*ACTIVITY:* Whenever the word "asked" turns up in a line below, that line should be copied.
::::
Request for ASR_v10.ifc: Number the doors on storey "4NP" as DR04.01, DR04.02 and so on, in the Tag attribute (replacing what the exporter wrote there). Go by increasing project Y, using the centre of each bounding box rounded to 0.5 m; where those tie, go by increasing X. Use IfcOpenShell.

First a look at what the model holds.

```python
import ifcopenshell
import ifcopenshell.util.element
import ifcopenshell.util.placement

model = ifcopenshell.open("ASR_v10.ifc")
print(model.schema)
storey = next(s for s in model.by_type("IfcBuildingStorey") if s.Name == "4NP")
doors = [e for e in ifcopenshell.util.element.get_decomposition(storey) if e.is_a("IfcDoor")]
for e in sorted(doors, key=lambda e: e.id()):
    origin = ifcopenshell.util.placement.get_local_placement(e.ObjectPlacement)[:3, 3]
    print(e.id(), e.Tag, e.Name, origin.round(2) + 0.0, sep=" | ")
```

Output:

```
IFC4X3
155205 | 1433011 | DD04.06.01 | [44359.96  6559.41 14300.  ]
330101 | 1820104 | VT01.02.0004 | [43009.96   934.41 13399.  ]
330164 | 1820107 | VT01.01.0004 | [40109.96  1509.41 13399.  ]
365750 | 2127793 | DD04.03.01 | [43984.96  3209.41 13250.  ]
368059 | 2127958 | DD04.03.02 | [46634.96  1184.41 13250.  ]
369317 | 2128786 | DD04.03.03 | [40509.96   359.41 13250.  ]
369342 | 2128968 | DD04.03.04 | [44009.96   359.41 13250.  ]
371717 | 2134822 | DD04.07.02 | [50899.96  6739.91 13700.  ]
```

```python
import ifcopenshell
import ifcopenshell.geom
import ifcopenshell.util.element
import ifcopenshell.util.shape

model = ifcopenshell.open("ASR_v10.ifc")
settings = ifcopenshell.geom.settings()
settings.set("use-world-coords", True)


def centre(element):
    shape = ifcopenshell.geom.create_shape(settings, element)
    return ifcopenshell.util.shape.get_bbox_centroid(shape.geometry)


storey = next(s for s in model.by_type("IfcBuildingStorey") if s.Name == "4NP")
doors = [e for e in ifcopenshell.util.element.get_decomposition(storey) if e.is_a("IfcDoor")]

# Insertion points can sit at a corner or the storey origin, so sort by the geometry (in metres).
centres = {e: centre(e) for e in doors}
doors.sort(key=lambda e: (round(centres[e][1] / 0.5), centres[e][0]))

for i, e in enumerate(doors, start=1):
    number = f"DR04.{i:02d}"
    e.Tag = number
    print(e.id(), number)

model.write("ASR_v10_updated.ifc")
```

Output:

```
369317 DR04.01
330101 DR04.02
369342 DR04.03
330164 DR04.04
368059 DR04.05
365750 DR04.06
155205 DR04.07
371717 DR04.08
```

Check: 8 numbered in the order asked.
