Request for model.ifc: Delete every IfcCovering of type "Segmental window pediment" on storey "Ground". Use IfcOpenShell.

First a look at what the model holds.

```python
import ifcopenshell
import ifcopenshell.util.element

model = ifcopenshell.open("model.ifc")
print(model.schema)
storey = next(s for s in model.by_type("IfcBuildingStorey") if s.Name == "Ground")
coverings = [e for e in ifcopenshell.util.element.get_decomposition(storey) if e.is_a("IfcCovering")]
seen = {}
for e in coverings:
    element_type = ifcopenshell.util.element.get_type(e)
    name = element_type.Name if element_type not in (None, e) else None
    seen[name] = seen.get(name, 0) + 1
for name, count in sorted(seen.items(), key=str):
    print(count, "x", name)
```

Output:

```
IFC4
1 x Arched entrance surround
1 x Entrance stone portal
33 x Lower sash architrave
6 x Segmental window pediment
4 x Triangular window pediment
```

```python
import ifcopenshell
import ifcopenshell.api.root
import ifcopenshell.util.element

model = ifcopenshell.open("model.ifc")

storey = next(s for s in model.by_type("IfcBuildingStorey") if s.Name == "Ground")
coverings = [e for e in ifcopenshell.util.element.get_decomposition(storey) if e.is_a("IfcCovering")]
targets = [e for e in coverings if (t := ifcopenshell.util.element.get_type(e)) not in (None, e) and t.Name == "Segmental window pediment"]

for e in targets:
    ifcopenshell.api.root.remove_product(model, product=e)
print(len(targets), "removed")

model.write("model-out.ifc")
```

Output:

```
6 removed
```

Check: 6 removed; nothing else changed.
::::
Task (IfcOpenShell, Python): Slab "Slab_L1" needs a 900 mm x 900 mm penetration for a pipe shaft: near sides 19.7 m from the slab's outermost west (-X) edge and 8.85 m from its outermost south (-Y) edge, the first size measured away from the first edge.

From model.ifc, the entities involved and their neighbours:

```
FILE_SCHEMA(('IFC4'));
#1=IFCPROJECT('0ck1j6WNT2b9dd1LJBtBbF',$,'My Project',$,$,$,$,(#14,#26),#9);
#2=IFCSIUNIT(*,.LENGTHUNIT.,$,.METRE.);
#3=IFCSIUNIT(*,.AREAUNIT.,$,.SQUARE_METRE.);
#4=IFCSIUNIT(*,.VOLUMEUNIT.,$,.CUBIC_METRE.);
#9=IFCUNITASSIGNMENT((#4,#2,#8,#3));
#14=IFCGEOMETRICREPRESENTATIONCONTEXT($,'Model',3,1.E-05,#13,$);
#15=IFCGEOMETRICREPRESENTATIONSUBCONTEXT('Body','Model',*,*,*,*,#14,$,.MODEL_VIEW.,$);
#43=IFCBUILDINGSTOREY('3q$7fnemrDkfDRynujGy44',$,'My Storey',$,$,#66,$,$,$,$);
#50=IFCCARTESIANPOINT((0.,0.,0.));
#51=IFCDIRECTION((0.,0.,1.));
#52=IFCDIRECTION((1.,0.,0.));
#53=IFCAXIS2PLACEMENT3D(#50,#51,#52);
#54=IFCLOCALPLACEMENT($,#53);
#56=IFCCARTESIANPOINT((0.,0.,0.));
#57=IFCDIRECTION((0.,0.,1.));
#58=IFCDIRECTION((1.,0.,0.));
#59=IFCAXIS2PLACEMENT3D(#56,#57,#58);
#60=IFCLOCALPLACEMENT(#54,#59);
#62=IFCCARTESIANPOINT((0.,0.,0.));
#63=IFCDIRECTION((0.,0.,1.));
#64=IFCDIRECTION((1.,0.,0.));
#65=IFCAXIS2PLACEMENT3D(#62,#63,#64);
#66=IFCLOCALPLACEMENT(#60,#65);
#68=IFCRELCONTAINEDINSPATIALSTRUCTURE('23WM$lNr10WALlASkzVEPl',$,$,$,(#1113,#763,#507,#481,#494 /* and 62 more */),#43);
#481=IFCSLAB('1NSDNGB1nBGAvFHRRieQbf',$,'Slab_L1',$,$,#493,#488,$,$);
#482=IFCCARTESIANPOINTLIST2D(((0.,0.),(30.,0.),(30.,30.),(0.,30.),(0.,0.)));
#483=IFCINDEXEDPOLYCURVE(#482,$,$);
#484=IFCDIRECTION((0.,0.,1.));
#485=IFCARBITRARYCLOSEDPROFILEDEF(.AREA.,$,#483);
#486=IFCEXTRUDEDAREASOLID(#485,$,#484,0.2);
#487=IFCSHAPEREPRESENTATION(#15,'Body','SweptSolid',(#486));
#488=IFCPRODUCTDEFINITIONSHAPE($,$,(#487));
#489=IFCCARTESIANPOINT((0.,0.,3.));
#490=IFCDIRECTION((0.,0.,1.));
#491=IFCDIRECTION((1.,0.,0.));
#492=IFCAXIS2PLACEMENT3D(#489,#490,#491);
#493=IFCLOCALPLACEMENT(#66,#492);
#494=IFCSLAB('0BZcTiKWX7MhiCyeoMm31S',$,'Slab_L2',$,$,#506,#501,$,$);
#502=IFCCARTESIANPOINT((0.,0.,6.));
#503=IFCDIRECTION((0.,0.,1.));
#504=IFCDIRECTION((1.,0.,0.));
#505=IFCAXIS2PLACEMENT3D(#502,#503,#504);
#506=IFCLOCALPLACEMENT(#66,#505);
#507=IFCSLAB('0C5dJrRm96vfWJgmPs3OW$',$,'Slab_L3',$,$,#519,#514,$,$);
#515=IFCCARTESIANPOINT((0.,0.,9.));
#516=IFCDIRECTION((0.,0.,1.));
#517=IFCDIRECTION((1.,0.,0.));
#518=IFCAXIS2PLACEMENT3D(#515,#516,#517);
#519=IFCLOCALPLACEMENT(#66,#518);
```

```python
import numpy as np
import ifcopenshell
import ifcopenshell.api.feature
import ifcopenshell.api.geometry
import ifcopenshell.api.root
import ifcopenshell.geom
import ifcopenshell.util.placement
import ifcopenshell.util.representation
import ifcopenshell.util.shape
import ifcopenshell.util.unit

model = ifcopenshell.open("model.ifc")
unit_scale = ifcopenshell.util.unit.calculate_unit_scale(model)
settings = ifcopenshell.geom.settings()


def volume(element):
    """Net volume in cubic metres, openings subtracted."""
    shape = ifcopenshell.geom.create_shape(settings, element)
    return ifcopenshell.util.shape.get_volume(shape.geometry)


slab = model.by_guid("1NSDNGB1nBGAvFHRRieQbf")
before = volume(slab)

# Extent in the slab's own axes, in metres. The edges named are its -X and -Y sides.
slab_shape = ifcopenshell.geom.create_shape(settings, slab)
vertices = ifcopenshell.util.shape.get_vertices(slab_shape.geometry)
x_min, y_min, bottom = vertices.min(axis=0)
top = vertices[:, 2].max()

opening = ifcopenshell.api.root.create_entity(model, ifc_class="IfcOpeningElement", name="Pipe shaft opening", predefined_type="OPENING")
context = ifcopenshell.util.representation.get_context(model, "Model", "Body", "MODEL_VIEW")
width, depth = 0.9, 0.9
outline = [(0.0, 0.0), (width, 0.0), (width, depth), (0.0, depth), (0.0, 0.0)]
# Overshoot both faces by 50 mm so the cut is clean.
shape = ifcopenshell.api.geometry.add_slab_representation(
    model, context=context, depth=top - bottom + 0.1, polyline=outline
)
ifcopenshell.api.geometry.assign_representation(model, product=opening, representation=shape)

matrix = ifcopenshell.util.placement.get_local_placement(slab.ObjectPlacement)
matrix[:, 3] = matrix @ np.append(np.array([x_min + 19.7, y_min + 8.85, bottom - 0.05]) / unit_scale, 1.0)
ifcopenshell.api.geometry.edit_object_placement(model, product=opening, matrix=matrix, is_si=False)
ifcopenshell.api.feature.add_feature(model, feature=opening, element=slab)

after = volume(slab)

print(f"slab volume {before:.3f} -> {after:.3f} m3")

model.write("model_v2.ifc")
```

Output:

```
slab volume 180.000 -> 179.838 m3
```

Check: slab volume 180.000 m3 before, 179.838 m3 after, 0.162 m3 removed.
::::
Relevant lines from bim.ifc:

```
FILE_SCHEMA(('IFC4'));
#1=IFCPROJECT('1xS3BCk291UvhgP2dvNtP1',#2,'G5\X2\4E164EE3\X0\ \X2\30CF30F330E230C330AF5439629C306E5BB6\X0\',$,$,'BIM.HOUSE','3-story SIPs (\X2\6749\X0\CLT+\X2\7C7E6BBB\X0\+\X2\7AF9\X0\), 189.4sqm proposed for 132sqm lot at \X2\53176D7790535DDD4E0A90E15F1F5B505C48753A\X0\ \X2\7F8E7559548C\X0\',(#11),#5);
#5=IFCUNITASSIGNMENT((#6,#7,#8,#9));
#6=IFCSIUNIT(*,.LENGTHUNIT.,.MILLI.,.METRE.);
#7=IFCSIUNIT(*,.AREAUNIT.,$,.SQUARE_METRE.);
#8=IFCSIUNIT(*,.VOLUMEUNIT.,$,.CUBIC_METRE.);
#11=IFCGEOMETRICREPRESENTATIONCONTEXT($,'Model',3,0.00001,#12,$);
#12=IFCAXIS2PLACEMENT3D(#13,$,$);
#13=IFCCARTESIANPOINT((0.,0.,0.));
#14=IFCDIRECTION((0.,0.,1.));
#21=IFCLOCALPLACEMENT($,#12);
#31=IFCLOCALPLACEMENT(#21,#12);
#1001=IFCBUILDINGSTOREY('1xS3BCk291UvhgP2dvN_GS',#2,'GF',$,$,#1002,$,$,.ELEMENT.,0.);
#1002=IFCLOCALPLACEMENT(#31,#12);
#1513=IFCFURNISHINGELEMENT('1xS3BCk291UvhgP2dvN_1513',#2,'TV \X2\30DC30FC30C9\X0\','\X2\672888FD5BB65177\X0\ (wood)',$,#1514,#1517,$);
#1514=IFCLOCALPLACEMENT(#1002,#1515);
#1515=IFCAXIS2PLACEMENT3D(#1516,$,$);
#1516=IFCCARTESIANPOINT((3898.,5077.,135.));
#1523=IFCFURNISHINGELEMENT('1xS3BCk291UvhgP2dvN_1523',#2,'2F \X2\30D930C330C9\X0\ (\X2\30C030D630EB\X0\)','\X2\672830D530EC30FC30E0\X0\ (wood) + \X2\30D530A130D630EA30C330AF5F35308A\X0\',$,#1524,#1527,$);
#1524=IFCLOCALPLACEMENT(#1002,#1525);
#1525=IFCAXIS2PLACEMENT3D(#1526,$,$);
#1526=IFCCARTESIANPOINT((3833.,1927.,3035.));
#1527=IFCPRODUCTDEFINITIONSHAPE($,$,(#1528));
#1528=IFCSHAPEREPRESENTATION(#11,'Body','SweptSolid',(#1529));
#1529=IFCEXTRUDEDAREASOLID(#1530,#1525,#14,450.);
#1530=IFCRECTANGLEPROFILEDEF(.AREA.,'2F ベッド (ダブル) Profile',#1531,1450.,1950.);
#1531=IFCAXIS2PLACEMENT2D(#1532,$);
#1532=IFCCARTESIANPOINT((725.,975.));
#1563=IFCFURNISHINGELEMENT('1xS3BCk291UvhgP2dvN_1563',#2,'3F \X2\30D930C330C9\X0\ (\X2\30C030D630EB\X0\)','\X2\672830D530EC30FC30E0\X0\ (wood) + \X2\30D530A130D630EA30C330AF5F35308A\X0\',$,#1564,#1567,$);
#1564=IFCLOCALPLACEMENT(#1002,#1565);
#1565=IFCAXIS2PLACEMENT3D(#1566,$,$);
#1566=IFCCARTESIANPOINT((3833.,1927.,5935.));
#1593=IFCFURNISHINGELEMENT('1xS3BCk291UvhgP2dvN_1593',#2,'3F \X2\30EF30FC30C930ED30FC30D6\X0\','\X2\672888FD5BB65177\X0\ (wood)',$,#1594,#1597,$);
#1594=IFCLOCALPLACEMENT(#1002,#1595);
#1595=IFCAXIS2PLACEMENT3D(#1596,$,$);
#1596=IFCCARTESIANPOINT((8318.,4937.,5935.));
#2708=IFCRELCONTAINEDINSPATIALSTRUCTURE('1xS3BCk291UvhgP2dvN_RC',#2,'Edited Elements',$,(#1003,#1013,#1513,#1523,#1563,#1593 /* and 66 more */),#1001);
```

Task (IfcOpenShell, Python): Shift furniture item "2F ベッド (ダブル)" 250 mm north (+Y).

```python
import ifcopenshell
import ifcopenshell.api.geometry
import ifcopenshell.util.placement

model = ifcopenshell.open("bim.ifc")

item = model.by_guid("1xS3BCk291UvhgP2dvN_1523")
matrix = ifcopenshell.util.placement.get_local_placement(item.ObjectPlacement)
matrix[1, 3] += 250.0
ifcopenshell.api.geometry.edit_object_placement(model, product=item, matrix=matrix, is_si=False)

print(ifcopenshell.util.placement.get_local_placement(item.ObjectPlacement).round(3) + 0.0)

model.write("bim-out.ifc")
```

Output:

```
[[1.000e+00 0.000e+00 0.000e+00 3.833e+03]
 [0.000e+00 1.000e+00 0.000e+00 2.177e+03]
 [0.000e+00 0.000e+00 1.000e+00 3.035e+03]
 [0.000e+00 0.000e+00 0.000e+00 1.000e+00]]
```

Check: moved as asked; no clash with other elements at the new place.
::::
*EXERCISE SOLUTION:*
Check: 8 numbered in the order asked.
Check: moved as asked; no clash with other elements at the new place.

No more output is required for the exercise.